Pull out every line below containing the word "Check".

=== Data ===

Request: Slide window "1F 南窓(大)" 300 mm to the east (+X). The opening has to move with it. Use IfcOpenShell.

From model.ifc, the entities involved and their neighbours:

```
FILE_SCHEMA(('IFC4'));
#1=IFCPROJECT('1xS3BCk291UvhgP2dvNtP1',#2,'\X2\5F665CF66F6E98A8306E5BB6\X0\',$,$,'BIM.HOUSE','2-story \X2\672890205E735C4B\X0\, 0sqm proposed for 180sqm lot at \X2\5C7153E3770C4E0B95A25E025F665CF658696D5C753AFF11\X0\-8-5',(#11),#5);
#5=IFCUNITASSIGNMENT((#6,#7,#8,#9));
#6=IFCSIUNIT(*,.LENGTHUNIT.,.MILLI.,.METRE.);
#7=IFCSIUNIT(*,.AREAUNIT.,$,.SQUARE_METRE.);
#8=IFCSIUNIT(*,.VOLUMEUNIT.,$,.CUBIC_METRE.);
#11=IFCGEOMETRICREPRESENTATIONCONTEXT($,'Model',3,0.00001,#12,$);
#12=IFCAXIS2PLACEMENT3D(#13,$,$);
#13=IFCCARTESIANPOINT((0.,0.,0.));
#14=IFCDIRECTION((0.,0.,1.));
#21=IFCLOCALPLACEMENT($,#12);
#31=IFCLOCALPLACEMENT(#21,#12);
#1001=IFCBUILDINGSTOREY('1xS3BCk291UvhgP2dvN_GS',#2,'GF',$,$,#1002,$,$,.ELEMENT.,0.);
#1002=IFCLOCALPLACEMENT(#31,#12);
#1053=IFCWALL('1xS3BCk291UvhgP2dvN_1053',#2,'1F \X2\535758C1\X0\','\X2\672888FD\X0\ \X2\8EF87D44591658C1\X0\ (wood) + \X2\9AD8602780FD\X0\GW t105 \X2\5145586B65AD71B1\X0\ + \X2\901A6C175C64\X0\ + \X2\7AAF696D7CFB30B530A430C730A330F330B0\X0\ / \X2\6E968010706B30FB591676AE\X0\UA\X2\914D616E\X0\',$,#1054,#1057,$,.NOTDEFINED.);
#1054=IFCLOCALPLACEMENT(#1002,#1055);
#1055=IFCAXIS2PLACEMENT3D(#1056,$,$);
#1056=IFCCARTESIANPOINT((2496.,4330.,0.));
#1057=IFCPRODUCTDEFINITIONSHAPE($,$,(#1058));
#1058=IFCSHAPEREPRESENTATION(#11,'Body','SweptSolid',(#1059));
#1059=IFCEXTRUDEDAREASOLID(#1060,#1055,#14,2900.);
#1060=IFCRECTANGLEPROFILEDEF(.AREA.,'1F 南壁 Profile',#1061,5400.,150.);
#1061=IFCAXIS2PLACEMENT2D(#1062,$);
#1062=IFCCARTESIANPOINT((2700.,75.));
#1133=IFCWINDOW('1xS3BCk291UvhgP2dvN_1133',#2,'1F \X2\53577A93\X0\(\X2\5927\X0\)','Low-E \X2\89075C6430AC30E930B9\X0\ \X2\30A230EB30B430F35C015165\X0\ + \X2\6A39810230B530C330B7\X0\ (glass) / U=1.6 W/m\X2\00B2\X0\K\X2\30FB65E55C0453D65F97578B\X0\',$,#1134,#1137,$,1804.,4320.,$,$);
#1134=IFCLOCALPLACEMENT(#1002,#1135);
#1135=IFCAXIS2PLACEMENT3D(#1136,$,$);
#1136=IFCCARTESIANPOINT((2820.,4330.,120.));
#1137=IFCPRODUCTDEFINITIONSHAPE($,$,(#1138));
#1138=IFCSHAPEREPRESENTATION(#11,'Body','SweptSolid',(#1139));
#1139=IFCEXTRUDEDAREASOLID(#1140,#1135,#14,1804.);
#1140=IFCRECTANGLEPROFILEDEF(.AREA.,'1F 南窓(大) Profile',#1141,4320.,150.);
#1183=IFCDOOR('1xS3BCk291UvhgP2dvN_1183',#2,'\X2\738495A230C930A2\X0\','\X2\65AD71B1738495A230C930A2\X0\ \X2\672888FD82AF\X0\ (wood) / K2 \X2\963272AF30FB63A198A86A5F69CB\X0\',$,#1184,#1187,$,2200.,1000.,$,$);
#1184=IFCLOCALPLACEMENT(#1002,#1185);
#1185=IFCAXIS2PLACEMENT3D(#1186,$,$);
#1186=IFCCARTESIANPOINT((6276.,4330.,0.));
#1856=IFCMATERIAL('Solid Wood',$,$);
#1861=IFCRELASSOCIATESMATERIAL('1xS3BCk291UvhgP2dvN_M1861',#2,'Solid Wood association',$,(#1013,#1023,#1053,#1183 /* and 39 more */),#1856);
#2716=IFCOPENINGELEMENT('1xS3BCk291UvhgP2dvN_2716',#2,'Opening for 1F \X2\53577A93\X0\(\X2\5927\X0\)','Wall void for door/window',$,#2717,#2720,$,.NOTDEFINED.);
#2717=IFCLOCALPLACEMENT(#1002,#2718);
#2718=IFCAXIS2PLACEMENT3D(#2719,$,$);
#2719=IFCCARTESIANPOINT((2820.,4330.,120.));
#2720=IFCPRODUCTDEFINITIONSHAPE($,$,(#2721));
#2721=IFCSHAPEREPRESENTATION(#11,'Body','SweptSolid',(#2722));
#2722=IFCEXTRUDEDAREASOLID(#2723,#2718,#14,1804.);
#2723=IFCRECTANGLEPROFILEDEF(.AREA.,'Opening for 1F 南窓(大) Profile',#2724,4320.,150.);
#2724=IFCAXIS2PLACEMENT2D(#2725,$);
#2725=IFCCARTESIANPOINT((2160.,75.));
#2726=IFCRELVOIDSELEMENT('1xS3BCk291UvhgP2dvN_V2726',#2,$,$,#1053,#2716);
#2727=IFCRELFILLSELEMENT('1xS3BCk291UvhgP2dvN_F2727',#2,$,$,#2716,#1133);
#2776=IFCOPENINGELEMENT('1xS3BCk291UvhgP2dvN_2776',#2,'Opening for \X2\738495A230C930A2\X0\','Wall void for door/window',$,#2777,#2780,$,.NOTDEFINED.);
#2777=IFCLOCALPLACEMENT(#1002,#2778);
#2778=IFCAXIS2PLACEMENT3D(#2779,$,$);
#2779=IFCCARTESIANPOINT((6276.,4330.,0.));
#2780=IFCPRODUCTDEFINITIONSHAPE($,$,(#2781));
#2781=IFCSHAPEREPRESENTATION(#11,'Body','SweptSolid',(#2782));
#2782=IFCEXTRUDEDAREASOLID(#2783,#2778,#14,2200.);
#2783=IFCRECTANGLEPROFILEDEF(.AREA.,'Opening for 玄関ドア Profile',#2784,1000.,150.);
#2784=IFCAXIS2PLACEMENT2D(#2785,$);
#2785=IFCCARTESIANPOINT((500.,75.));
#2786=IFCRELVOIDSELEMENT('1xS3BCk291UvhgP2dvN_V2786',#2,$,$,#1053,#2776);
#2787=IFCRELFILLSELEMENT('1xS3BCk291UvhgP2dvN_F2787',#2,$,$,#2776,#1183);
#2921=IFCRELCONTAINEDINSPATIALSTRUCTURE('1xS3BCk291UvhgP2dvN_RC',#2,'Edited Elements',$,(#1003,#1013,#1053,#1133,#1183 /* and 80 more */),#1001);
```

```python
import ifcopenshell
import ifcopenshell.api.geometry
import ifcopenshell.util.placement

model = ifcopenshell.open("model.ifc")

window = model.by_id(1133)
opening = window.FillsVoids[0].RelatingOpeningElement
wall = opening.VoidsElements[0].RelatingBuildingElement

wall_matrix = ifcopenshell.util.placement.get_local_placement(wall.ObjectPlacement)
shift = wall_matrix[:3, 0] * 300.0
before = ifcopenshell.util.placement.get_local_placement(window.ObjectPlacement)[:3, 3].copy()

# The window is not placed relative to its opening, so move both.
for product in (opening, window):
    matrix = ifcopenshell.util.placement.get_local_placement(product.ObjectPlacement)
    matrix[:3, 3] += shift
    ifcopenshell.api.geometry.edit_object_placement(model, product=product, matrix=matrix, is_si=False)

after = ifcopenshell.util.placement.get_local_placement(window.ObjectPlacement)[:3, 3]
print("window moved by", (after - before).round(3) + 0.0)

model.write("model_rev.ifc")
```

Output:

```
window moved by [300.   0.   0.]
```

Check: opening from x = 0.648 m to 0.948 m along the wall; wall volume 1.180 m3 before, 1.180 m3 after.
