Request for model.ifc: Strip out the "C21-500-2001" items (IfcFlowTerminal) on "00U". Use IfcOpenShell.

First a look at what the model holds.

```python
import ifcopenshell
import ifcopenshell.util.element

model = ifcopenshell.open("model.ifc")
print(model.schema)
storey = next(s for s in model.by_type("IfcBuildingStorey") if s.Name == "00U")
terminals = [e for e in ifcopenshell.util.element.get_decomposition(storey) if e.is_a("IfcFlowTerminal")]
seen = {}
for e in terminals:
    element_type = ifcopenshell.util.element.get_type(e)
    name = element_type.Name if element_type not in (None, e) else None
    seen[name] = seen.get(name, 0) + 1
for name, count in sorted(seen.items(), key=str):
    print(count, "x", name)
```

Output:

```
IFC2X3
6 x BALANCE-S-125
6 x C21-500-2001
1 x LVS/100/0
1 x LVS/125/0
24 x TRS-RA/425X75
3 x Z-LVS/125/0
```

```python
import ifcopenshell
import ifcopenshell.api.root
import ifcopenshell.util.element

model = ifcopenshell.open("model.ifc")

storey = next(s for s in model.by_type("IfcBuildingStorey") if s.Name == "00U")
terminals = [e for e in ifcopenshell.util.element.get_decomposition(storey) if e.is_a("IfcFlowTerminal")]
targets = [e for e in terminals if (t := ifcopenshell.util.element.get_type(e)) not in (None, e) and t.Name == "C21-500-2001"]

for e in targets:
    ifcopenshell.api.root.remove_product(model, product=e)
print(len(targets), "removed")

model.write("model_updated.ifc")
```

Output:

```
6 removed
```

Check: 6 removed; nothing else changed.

===

Answer for this exercise
Check: opening from x = 0.648 m to 0.948 m along the wall; wall volume 1.180 m3 before, 1.180 m3 after.
Check: 6 removed; nothing else changed.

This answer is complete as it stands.